Ali Abdaal Search Engine
This is a personalized search engine for my favorite YouTubers, Ali Abdaal. I used selenium to scrape all his videos, youtube-dl to download them as audio files, and Google Speech Recognition to transcribe the audio files.
I then took all the data and used it to populate a Postgres database hosted on supabase, then built a frontend with React where users can look up phrases and find out how many times and in which videos were they said.
Technologies Used
- Python (all scripting)
- Selenium (web scraping)
- SpeechRecognition (Google Speech Recognition)
- youtube-dl (downloading videos)
- React & Chakra UI (Frontend)
- Firebase (Hosting & Analytics)
- Supabase (Postgres DataBase)
Usage
- Run scraping_vid_info.py to get a JSON file with all the video names and URLs of a channel
- Run download_yt_vids to download a WAV audio file from each video URL and save it locally
- Run transcribe_audio.py to transcribe all the audio files and save them in a JSON file
- Create a database and port the JSON file over there. Then connect it to the frontend and voila!
Progress is being tracked with GitHub Issues and a Kanban board in the Projects tab of this repo.
Motivation
This project was inspired by Kalle Hallden's Joe Rogan project. The idea behind it is to have a search engine for my favorite YouTuber so that I can lookup certain phrases / words and find videos where he mentions them.
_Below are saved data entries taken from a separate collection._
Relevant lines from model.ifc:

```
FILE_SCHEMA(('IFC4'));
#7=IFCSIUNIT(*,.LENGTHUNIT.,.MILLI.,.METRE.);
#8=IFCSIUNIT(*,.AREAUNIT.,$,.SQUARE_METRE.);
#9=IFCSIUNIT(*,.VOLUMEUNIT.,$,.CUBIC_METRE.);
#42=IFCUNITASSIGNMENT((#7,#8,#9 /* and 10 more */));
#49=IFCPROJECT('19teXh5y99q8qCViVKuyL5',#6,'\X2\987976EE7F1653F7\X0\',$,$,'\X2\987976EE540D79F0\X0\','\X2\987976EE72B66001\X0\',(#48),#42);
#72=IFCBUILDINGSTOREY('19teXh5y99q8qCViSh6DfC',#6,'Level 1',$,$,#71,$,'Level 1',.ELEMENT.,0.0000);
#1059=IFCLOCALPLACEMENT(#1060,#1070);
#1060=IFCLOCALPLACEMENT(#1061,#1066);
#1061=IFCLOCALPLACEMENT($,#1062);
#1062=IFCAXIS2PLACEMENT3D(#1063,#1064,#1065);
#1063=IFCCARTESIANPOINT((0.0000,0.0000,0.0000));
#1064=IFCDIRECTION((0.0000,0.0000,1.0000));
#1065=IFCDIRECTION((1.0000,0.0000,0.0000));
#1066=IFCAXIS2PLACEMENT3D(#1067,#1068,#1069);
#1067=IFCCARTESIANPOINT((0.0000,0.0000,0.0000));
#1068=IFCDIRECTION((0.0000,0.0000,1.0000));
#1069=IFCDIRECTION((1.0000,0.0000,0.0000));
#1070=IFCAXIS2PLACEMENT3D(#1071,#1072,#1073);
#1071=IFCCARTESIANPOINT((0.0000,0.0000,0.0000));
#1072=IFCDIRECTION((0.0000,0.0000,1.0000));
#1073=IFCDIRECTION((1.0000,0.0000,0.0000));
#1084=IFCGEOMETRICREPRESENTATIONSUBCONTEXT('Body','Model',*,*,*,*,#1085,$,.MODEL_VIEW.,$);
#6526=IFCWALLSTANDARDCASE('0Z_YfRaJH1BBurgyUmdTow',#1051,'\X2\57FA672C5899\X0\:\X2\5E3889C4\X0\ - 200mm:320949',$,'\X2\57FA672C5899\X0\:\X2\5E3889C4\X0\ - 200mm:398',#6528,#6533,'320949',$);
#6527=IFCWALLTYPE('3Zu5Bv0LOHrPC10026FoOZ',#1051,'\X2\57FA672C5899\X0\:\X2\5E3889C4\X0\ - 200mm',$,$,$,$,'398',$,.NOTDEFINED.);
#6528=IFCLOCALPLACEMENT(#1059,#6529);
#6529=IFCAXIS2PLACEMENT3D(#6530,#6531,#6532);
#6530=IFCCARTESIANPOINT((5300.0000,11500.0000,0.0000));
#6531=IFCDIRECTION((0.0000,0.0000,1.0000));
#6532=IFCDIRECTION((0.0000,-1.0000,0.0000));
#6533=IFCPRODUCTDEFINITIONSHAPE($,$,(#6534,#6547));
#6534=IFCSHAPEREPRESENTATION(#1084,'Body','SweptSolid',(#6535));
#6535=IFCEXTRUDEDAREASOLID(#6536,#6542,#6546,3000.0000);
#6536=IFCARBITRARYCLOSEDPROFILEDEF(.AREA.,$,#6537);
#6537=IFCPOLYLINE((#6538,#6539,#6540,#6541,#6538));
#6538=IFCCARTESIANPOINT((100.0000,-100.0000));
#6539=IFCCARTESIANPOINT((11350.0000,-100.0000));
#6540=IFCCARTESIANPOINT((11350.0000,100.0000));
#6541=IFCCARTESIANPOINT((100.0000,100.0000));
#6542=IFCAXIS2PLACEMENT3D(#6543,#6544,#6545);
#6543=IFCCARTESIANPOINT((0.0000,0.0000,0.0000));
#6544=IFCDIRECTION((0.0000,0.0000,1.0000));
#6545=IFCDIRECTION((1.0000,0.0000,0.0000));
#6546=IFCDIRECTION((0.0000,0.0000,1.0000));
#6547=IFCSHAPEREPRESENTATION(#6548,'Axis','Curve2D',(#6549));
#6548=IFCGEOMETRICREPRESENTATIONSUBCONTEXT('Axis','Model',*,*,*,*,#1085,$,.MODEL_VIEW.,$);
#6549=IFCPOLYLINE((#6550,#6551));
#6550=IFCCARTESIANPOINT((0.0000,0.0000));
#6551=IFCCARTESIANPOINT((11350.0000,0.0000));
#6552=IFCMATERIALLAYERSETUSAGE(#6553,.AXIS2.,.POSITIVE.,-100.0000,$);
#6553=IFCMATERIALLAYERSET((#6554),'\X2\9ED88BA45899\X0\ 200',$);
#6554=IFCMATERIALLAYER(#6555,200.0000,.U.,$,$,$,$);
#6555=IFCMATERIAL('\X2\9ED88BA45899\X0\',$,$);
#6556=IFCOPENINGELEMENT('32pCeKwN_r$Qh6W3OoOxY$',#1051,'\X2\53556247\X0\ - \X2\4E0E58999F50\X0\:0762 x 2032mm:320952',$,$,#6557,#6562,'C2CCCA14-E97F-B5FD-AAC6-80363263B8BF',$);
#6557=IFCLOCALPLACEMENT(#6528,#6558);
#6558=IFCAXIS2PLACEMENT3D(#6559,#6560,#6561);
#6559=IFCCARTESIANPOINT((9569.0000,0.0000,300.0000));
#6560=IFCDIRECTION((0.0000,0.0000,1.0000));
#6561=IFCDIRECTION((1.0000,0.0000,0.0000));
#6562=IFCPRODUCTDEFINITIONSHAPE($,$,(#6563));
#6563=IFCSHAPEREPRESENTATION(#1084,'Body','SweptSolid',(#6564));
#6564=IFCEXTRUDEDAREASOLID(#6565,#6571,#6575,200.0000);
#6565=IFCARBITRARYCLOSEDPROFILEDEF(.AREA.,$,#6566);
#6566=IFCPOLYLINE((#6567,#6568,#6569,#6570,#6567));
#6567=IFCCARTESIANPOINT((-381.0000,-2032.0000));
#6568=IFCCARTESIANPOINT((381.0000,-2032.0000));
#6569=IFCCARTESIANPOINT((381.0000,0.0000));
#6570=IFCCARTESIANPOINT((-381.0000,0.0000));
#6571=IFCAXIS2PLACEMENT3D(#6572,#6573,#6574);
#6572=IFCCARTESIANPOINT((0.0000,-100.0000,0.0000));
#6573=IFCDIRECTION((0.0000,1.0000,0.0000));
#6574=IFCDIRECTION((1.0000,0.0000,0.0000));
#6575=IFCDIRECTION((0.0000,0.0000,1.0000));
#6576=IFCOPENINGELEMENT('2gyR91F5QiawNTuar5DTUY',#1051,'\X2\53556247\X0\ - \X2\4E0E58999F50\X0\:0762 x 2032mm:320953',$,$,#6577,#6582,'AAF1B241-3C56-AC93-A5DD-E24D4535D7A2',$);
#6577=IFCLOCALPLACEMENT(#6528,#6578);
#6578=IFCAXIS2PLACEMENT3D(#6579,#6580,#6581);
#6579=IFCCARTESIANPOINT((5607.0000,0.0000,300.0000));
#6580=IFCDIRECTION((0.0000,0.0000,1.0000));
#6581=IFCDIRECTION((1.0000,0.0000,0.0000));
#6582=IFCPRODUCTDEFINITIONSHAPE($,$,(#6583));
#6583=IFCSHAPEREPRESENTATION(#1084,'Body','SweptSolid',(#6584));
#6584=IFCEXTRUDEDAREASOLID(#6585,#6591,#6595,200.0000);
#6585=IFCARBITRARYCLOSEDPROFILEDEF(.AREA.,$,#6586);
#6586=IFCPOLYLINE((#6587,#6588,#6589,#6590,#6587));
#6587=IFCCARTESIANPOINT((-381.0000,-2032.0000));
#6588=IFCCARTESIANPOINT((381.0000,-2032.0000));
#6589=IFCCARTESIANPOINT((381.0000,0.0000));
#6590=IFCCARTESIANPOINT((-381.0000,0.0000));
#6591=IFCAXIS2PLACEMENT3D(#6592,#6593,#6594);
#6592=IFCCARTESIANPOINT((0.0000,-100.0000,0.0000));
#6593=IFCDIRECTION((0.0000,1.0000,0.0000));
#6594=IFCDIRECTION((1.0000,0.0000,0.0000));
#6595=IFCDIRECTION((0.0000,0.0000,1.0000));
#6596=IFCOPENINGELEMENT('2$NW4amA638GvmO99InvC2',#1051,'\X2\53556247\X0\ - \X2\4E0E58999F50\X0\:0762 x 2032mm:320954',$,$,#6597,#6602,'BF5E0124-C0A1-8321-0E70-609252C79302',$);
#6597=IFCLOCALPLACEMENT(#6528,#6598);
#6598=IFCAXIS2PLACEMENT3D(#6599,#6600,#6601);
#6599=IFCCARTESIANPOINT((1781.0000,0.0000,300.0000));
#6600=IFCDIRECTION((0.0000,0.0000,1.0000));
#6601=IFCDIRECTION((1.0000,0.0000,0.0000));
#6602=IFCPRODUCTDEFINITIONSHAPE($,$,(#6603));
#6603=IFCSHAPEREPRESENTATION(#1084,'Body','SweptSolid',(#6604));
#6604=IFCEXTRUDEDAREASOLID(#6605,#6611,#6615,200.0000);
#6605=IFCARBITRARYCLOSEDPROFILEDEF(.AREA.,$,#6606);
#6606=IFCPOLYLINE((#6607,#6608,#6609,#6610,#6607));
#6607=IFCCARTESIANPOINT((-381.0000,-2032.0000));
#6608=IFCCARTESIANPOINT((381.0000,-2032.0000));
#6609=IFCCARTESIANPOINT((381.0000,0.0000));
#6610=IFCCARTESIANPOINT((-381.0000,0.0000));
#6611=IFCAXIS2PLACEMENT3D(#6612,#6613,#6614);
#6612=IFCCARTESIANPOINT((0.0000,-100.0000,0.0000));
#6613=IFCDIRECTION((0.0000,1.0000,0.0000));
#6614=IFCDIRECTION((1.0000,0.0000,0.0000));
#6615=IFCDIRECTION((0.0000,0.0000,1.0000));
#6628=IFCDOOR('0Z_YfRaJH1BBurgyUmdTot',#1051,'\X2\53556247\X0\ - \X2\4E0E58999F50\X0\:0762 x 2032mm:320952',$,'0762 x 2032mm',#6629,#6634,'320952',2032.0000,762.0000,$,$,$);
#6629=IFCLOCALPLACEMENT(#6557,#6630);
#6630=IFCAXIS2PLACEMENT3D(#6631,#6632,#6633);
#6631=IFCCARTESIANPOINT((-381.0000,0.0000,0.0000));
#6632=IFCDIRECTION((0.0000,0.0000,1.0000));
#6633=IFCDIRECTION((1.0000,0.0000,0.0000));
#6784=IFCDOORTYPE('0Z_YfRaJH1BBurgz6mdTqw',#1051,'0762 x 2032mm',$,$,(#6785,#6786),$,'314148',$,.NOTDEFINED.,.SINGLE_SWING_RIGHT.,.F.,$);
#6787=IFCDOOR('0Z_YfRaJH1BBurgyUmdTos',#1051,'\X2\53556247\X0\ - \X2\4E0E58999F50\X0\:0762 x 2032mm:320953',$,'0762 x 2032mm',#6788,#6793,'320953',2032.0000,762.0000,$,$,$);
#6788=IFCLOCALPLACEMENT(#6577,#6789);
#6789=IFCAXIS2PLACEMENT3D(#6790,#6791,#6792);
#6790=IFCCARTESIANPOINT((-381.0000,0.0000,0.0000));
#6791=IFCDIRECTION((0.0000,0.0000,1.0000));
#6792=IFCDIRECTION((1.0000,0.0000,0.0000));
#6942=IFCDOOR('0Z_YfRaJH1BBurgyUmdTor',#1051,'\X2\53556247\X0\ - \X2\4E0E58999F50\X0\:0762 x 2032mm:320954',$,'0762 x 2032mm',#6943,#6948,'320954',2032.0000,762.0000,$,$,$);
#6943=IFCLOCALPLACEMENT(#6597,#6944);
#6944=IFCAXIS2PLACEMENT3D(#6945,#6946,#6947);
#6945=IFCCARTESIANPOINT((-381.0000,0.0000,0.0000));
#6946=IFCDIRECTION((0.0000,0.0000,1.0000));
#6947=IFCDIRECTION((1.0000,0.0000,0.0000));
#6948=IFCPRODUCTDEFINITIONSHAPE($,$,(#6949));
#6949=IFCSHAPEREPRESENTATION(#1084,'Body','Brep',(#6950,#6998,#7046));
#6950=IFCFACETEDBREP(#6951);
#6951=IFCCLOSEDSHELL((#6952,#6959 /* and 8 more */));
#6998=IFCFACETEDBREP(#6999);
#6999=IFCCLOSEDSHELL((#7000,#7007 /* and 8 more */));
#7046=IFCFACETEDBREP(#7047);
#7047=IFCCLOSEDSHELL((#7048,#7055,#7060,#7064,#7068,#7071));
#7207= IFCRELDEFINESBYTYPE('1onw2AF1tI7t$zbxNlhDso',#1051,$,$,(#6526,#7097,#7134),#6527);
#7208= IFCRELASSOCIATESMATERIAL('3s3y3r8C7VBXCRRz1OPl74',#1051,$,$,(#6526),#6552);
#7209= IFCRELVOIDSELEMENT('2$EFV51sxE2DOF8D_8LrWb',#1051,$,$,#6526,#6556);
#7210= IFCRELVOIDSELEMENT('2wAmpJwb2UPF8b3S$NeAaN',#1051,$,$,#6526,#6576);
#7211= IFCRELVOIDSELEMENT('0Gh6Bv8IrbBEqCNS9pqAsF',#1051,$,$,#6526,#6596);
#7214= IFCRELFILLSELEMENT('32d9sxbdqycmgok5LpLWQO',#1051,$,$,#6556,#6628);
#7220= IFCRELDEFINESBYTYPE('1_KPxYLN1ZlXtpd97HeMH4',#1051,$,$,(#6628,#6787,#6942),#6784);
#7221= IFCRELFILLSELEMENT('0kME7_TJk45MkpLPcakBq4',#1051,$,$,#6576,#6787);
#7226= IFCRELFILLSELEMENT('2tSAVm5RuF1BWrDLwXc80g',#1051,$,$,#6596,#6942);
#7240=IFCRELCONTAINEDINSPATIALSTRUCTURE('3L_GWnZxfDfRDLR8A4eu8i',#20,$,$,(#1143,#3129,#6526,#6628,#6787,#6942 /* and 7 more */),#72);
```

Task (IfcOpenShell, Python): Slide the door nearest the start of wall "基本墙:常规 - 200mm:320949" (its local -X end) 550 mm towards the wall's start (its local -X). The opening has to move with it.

```python
import ifcopenshell
import ifcopenshell.api.geometry
import ifcopenshell.util.placement
import ifcopenshell.util.unit

model = ifcopenshell.open("model.ifc")
unit_scale = ifcopenshell.util.unit.calculate_unit_scale(model)

door = model.by_guid("0Z_YfRaJH1BBurgyUmdTor")
opening = door.FillsVoids[0].RelatingOpeningElement
wall = opening.VoidsElements[0].RelatingBuildingElement

wall_matrix = ifcopenshell.util.placement.get_local_placement(wall.ObjectPlacement)
shift = wall_matrix[:3, 0] * -0.55 / unit_scale
before = ifcopenshell.util.placement.get_local_placement(door.ObjectPlacement)[:3, 3].copy()

# The door is placed relative to its opening, so it follows when the opening moves.
matrix = ifcopenshell.util.placement.get_local_placement(opening.ObjectPlacement)
matrix[:3, 3] += shift
ifcopenshell.api.geometry.edit_object_placement(
    model, product=opening, matrix=matrix, is_si=False, should_transform_children=True
)

after = ifcopenshell.util.placement.get_local_placement(door.ObjectPlacement)[:3, 3]
print("door moved by", (after - before).round(3) + 0.0)

model.write("model_v2.ifc")
```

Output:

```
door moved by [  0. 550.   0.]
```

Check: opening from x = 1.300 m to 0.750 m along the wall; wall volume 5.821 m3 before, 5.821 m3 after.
This could also be applicable to students to use for downloading their professor's lectures and creating a searchable database from it to quickly lookup where certain concepts were mentioned. Another application is for conferences to take all talks, makes them transcribable, and search it. I plan to develop this into a boilerplate anyone can use to create their own search engines starting from video, audio, or text files.